** AIM OF THE EXERCISE **
The job is to find each line of the records below that includes the word "Basic" and copy it.

[Source records]

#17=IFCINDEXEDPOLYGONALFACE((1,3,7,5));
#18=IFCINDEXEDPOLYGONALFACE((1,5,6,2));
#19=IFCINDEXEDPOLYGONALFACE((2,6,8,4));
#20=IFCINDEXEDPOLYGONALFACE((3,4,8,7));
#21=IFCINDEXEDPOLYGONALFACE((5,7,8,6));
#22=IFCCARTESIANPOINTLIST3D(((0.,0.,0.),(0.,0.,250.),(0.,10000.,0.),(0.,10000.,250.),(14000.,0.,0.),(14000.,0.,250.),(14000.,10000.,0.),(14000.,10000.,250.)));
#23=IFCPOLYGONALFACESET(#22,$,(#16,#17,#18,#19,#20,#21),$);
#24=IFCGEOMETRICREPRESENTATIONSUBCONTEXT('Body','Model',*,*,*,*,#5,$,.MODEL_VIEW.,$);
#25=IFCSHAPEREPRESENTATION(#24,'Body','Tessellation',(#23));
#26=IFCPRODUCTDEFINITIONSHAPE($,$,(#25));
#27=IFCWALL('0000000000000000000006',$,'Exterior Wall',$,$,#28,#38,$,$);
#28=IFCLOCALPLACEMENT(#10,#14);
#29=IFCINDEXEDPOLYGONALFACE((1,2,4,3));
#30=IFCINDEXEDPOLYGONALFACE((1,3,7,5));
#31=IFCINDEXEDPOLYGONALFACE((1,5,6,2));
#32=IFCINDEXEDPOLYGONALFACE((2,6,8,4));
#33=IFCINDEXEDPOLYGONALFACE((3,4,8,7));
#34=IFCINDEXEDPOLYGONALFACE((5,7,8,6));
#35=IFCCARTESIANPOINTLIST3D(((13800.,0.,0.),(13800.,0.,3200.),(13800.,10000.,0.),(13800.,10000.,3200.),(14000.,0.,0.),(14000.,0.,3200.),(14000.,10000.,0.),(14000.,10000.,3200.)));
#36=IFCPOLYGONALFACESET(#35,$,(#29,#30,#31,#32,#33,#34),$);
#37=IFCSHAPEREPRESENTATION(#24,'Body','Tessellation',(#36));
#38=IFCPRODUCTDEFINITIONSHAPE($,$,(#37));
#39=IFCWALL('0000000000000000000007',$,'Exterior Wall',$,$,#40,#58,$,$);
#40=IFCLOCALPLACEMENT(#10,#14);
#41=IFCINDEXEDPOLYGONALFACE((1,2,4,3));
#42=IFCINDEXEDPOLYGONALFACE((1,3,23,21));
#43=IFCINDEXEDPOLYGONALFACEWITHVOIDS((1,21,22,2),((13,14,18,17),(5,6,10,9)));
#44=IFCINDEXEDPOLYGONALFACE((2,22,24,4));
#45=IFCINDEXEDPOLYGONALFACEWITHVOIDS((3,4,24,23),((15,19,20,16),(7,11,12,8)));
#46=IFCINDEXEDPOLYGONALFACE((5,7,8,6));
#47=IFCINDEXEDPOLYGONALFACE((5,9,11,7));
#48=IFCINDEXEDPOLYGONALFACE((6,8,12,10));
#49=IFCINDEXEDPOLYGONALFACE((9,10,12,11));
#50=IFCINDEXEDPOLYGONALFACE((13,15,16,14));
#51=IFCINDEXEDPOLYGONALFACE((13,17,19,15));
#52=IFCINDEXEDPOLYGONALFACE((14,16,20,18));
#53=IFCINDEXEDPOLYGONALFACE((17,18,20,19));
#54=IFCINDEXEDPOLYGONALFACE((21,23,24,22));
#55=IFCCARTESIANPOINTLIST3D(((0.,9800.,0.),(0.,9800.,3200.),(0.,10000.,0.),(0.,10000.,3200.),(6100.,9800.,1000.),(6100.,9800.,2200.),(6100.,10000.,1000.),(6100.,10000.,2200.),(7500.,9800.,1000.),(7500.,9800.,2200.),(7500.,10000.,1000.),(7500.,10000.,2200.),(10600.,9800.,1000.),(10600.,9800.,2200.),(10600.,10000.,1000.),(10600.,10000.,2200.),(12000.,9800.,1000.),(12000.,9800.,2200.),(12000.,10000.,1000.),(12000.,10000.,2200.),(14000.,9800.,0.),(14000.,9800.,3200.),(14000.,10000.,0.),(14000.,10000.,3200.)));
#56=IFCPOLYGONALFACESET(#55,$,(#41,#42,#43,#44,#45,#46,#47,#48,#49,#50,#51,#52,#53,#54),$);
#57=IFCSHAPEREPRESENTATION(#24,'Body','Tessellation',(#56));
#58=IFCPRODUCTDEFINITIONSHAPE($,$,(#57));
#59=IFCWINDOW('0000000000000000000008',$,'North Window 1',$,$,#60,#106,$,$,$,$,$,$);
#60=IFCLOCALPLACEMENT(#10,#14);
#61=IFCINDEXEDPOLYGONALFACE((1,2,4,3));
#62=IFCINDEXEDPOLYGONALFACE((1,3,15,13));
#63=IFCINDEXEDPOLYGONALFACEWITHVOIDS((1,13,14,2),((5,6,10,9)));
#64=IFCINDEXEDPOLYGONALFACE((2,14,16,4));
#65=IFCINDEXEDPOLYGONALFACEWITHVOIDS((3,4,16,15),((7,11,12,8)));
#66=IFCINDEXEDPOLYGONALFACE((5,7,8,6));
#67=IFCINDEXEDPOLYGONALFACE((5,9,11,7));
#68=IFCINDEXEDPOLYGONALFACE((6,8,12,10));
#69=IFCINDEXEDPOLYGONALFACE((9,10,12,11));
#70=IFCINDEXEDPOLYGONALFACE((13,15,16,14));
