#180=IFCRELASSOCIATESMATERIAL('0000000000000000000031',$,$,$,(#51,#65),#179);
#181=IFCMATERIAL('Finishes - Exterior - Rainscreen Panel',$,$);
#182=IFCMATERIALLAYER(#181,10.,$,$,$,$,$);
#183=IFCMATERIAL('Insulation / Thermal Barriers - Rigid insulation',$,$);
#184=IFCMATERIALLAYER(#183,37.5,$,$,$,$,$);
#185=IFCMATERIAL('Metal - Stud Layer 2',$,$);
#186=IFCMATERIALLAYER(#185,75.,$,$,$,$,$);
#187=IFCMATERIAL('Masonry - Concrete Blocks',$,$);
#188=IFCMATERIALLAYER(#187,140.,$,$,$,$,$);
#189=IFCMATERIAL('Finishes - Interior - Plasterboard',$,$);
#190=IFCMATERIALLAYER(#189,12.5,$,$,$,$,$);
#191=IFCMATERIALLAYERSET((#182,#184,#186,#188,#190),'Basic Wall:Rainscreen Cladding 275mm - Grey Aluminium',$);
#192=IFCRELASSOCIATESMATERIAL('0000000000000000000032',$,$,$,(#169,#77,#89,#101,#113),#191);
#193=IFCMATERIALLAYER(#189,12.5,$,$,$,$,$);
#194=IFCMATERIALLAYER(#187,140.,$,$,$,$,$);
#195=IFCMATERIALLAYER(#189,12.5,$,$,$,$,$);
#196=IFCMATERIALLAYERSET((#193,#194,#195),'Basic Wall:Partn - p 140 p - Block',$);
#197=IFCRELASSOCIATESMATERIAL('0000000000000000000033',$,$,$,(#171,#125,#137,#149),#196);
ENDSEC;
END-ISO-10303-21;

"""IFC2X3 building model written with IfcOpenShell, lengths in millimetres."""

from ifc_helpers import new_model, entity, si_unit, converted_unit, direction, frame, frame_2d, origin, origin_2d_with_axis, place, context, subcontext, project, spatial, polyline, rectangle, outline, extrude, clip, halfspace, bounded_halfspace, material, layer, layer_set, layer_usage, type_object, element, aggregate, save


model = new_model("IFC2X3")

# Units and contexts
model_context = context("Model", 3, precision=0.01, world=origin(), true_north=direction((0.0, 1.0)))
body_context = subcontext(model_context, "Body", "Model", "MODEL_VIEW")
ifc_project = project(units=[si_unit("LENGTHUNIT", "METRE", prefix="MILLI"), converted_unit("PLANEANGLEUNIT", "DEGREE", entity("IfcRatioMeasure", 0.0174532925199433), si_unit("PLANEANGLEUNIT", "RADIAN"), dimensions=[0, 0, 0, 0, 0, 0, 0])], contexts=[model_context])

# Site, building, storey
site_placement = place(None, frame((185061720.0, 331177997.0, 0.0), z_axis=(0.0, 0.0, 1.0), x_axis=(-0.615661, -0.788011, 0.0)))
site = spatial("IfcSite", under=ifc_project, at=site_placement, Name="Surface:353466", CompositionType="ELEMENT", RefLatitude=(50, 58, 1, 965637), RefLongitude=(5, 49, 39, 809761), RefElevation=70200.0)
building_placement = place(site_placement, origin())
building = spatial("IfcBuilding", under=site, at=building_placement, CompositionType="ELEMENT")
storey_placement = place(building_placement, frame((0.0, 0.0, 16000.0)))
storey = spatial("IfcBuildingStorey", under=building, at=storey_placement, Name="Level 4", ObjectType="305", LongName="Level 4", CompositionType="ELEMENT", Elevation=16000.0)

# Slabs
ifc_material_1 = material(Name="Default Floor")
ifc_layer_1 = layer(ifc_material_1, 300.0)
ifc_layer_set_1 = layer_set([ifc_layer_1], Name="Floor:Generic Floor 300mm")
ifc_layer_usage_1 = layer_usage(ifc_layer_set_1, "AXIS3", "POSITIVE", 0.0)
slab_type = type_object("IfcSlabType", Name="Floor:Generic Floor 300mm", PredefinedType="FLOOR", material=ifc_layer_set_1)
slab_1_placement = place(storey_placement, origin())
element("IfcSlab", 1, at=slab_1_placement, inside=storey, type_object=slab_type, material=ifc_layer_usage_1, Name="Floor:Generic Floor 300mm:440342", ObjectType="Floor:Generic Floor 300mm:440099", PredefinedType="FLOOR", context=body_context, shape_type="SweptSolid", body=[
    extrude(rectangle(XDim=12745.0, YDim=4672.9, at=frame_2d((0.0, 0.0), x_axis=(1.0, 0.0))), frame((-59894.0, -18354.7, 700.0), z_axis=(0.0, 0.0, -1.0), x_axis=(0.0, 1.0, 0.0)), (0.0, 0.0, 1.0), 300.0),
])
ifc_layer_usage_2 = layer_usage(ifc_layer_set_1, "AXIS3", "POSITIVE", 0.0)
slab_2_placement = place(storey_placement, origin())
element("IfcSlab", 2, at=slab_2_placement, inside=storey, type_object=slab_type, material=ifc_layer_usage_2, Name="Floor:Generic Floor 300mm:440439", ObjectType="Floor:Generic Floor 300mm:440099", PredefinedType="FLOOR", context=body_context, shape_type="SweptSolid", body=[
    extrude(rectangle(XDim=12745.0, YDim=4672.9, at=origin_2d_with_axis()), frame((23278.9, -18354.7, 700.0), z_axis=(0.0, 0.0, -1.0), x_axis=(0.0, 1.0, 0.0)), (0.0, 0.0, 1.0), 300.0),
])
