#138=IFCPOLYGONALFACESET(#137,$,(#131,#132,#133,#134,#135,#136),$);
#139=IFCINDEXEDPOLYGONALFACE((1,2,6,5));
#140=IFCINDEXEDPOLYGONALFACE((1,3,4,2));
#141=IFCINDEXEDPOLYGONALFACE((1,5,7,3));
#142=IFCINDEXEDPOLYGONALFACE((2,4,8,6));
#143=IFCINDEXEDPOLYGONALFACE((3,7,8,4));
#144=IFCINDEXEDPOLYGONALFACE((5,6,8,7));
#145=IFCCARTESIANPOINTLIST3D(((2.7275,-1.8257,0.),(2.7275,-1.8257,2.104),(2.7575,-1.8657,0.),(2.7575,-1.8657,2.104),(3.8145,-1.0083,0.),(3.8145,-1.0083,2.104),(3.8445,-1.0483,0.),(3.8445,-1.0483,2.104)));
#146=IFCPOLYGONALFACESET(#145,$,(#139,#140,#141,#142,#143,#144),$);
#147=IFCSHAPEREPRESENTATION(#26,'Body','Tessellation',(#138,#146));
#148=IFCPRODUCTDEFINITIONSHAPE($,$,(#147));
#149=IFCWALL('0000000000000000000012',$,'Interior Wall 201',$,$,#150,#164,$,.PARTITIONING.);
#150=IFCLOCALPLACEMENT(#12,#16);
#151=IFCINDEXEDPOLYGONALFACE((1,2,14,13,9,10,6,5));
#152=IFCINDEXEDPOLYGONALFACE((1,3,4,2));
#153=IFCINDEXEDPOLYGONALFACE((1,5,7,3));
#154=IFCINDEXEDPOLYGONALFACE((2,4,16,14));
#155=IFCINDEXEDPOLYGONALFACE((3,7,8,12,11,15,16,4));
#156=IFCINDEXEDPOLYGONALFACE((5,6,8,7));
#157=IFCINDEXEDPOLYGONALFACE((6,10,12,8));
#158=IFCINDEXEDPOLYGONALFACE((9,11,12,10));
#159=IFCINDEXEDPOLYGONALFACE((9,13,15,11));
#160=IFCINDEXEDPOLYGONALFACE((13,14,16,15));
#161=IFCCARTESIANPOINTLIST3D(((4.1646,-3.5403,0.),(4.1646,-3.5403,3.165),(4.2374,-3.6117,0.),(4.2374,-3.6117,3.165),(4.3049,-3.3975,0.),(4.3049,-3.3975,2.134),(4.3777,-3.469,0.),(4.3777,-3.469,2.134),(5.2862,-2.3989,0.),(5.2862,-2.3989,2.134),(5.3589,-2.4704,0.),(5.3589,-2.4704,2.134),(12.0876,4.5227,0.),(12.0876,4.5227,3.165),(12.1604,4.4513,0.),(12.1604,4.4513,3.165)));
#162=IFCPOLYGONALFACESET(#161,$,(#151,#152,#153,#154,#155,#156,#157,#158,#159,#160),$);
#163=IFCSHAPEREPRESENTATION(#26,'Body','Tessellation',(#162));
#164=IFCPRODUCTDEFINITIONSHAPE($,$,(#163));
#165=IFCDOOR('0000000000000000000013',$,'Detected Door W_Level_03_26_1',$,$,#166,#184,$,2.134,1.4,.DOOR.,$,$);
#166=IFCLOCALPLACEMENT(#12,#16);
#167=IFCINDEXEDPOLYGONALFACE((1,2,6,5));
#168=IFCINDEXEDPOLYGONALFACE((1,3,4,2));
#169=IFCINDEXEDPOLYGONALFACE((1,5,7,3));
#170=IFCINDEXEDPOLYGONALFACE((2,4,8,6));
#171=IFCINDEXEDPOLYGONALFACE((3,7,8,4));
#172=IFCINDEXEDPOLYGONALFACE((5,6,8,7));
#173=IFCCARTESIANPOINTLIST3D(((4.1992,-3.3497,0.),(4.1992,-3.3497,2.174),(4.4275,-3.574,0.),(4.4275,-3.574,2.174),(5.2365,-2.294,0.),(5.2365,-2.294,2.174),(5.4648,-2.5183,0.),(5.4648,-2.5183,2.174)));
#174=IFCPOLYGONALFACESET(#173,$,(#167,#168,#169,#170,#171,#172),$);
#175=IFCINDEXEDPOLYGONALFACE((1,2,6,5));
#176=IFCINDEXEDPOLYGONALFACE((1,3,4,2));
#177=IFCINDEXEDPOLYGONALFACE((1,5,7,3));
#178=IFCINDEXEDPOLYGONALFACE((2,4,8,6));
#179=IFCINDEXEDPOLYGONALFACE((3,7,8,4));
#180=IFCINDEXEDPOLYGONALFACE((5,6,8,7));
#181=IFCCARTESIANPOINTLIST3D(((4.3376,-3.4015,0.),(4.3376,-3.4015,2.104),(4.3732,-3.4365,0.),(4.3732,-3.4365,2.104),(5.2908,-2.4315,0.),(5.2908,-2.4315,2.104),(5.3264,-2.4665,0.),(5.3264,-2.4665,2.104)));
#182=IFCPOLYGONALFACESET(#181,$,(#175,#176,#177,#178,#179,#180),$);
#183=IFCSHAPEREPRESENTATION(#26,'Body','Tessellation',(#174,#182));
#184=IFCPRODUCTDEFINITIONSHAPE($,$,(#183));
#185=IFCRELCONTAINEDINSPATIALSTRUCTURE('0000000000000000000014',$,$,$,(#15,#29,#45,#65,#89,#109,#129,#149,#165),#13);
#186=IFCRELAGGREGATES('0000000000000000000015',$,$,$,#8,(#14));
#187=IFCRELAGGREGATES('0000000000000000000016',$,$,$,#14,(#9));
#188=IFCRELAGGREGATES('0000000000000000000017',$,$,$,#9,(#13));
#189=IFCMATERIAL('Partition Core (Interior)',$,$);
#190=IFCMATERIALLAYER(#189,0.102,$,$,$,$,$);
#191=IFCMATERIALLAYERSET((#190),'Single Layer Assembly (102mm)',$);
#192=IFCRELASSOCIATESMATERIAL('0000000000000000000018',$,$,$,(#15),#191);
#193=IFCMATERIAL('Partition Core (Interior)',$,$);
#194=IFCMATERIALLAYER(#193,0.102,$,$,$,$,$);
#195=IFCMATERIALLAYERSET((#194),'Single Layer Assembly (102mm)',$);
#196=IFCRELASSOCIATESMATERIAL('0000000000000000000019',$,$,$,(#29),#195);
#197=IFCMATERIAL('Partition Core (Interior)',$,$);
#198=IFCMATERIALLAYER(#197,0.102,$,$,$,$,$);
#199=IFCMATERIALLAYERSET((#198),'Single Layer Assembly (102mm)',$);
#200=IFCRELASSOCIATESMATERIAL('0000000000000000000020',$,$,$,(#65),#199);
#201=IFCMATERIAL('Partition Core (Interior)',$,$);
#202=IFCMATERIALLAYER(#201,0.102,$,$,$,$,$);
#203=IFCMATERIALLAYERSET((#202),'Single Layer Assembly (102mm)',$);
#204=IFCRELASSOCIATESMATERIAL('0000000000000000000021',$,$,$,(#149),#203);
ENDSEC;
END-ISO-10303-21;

** COMPLETED TASK **
#191=IFCMATERIALLAYERSET((#182,#184,#186,#188,#190),'Basic Wall:Rainscreen Cladding 275mm - Grey Aluminium',$);
#196=IFCMATERIALLAYERSET((#193,#194,#195),'Basic Wall:Partn - p 140 p - Block',$);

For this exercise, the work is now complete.